La crisi finanziaria del 2008 era un disastro “evitabile”. Le conclusioni della commissione d’inchiesta istituita per chiarire i fatti del 2008 non lasciano adito a dubbi. E fanno ricadere le colpe di quanto accaduto, oltre che su Wall Street, sui due partiti, sulla Fed e sulle altre autorità di regolamentazione che hanno consentito la crisi subprime.

“La tragedia più grande sarebbe quella di accettare il ritornello per il quale nessuno ha visto quanto stava per accadere e nulla poteva essere fatto. Se accetteremo questo allora si potrà verificare” un nuovo episodio, ha affermato la Financial Crisis Inquiry Commission nelle conclusioni, anticipate dal New York Times, nelle quali diverse istituzioni finanziarie sono accusate di avidità e inettitudine e neanche il governo si salva.
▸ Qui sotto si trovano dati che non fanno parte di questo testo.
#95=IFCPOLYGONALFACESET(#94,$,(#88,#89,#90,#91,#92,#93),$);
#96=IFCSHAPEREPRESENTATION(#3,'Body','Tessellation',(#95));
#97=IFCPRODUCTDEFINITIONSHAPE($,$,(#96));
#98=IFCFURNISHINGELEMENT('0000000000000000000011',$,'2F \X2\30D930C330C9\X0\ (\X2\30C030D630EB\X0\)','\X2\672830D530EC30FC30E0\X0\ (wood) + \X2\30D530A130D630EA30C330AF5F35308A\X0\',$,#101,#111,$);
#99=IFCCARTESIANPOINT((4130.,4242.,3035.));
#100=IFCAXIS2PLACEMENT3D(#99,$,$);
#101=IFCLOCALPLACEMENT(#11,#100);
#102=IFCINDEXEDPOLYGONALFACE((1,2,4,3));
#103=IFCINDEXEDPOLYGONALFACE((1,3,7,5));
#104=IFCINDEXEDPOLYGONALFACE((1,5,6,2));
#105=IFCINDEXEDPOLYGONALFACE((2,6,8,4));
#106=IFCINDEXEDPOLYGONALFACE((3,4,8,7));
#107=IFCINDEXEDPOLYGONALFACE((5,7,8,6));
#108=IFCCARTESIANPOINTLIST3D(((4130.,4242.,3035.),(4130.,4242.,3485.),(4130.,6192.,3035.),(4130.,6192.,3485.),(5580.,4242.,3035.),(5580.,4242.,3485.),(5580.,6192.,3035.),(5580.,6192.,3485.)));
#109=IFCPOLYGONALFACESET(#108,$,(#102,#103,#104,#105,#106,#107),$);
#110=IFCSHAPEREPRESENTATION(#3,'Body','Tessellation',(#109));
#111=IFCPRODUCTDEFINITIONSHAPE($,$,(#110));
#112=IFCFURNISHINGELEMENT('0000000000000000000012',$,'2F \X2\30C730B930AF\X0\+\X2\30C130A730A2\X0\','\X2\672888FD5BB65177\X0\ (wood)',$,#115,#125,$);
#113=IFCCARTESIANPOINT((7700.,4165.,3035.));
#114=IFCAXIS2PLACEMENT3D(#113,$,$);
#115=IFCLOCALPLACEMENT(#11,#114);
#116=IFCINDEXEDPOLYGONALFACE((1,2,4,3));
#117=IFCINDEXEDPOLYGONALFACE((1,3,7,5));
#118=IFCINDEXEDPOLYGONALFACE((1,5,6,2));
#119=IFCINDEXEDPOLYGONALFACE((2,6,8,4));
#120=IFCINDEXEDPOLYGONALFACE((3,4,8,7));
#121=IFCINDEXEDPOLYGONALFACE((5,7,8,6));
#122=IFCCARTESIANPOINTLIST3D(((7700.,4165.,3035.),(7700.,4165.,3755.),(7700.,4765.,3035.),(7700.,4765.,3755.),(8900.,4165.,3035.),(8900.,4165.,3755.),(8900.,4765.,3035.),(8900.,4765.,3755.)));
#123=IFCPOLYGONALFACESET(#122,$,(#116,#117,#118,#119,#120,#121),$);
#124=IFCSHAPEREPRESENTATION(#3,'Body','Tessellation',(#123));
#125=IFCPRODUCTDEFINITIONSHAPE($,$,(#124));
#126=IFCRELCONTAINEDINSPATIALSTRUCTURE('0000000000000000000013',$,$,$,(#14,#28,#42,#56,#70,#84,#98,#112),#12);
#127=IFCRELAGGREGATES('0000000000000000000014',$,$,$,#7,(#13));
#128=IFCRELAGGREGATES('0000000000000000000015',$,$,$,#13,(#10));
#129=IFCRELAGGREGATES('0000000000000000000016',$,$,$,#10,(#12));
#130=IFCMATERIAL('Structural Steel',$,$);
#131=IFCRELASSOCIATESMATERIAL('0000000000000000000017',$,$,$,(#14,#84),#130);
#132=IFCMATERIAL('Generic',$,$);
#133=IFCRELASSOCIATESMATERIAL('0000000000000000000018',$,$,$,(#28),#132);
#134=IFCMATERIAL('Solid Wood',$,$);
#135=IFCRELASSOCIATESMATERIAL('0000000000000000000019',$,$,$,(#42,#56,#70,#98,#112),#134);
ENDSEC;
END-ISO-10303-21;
Le conclusioni, contenute in 576 pagine, saranno pubblicate giovedì e sono basate sulle testimonianze di 700 persone e su materiale grezzo raccolto ed esaminato. Dei 10 membri della commissione solo i 6 nominati dai democratici hanno appoggiato le conclusioni.
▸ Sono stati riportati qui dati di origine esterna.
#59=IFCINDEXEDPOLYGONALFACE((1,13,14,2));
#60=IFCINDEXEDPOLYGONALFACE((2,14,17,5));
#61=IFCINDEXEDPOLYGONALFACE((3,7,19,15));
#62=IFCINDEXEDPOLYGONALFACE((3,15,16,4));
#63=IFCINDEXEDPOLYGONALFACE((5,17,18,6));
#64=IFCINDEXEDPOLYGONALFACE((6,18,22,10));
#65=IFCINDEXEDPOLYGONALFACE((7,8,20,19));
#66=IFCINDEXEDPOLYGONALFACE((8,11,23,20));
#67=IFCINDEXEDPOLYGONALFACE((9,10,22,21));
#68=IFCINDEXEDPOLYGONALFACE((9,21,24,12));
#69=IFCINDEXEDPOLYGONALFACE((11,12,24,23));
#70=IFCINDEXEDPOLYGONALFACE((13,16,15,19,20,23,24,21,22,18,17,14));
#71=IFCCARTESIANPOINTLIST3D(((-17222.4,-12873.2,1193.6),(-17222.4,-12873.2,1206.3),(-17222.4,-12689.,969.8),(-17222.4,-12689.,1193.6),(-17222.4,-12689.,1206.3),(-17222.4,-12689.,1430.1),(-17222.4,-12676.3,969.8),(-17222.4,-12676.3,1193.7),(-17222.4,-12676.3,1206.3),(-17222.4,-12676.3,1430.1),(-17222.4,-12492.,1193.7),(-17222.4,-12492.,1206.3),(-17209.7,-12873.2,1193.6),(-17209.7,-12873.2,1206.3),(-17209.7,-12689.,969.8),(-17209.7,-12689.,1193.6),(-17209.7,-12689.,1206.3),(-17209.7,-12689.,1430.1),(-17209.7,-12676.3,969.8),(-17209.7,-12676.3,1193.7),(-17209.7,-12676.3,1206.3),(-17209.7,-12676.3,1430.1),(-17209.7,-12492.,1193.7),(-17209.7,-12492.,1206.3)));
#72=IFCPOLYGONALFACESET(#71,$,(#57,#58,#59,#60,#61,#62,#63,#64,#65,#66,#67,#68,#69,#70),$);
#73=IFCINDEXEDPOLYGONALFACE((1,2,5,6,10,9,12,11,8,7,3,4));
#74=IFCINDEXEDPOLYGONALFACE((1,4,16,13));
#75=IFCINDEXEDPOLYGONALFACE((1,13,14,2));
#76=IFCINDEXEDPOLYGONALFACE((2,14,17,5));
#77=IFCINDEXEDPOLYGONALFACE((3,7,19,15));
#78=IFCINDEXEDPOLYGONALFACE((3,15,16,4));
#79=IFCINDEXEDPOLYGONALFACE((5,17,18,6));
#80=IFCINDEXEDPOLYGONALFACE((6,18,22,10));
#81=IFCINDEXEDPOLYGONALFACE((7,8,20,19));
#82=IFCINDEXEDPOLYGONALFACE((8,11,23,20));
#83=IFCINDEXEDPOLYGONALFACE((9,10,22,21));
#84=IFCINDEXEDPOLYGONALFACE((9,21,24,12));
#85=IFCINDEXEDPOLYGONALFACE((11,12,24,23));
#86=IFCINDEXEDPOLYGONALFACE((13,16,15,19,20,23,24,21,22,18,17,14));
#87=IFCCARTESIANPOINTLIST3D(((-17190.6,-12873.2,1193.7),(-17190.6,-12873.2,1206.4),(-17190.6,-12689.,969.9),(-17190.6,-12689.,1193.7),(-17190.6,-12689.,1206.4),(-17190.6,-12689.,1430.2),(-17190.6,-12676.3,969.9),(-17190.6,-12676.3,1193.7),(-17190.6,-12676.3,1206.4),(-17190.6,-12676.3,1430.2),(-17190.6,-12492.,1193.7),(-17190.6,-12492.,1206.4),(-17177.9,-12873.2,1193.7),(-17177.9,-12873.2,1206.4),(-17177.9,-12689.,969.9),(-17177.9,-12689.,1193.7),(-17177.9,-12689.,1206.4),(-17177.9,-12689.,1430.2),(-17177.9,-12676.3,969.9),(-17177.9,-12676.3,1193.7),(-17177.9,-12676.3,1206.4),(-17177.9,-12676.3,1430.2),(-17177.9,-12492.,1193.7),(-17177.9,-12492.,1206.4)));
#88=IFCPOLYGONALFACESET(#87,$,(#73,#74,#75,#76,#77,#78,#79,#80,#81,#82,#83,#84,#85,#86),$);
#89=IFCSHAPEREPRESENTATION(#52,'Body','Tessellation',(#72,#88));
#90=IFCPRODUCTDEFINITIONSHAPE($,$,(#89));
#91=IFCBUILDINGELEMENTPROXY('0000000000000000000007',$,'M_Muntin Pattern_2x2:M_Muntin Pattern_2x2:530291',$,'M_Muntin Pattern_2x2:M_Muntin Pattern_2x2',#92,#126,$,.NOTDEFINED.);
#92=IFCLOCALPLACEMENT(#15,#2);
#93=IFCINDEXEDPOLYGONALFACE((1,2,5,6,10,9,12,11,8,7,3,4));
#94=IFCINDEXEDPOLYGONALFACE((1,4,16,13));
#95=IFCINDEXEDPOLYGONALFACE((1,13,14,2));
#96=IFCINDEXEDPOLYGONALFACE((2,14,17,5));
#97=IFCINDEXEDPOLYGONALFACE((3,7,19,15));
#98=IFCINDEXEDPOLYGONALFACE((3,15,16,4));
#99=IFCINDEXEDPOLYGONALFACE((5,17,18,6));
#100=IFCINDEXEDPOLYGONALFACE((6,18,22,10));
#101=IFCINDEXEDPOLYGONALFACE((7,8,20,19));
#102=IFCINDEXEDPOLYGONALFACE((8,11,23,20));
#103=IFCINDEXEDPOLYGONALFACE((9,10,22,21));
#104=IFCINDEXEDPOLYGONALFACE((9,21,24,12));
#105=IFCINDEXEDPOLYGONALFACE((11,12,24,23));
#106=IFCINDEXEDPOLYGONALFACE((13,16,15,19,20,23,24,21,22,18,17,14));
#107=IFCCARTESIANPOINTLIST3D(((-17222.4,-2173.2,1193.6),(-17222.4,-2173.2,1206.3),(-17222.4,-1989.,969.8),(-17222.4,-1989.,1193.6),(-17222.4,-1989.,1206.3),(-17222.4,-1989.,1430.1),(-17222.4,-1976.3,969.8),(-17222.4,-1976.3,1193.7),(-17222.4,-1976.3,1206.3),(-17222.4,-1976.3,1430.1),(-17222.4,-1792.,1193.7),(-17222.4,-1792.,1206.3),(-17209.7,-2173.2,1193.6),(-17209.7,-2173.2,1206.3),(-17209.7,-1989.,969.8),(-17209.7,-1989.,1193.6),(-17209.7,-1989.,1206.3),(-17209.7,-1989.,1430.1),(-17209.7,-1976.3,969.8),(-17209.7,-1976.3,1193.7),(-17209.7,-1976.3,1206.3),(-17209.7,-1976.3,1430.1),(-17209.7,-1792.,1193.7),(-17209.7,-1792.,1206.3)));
“La crisi è stata il risultato dell’azione e della non azione umana, non di madre natura e di modelli per il computer. I capitani della finanza e i guardiani del nostro sistema finanziario hanno ignorato gli allarmi e non hanno capito i rischi per il benessere degli americani. Da parte loro è stata una grande mancanza, non un passo falso”. Il rapporto fa ricadere le colpe della crisi finanziaria sui due presidenti della Fed: Alan Greenspan, scettico della regolamentazione che ha guidato la banca centrale mentre la bolla immobiliare si gonfiava, e il suo successore Ben Bernanke, che non ha saputo prevedere la crisi ma che poi ha giocato un ruolo centrale nel gestirla. Le critiche sono rivolte soprattutto a Greenspan che ha promosso la deregolamentazione finanziaria e che con la sua leadership è stato il primo esempio di negligenza del governo “avendo fallito nel contenere il flusso di mutui tossici”.

L’amministrazione Bush ha dato alla crisi “una risposta incoerente”, lasciando fallire Lehman Brothers dopo aver salvato Bearn Stearns, “aggiungendo incertezza e panico sui mercati finanziari”. Come Bernanke, l’ex segretario al Tesoro Henry Paulson aveva previsto che la crisi subprime poteva essere contenuta, una previsione che si è poi rivelata sbagliata. La commissione non risparmia i democratici: la decisione del 2000 di non regolare i derivati over-the-counter, presa durante l’ultimo anno della presidenza Clinton, è stata “decisiva nella marcia verso la crisi finanziaria”. Nel mirino della commissione anche il segretario al Tesoro Timothy Geithner che, nel suo ruolo di presidente della Fed di New York, avrebbe potuto agire con più forza nel contenere la crisi. Al di là delle responsabilità specifiche che pure ci sono e che giustamente la commissione ha evidenziato, esiste, a mio avviso, una responsabilità ancora maggiore, che può essere definita di natura “teorica”. Infatti le responsabilità sono anche di coloro che hanno sostenuto teorie economiche, peraltro non nuove, secondo le quali non occorre intervenire più di tanto, da parte delle autorità pubbliche, sia nel sistema economico ma anche nel sistema finanziario, perché, comunque, i mercati avrebbero raggiunto un equilibrio se non ottimale, quanto meno più che accettabile.

Queste teorie non interventiste che poi furono, anche in occasione della grande crisi degli anni ’30, in parte responsabili di quanto avvenuto, negli anni più recenti sono tornate ad essere considerate quasi il “vangelo” per gli economisti e coloro i quali sostenevano tesi diverse venivano additati come pericolosi “sovversivi”. Quindi la recente crisi finanziaria dovrebbe “mettere in crisi”, definitivamente, anche quelle teorie.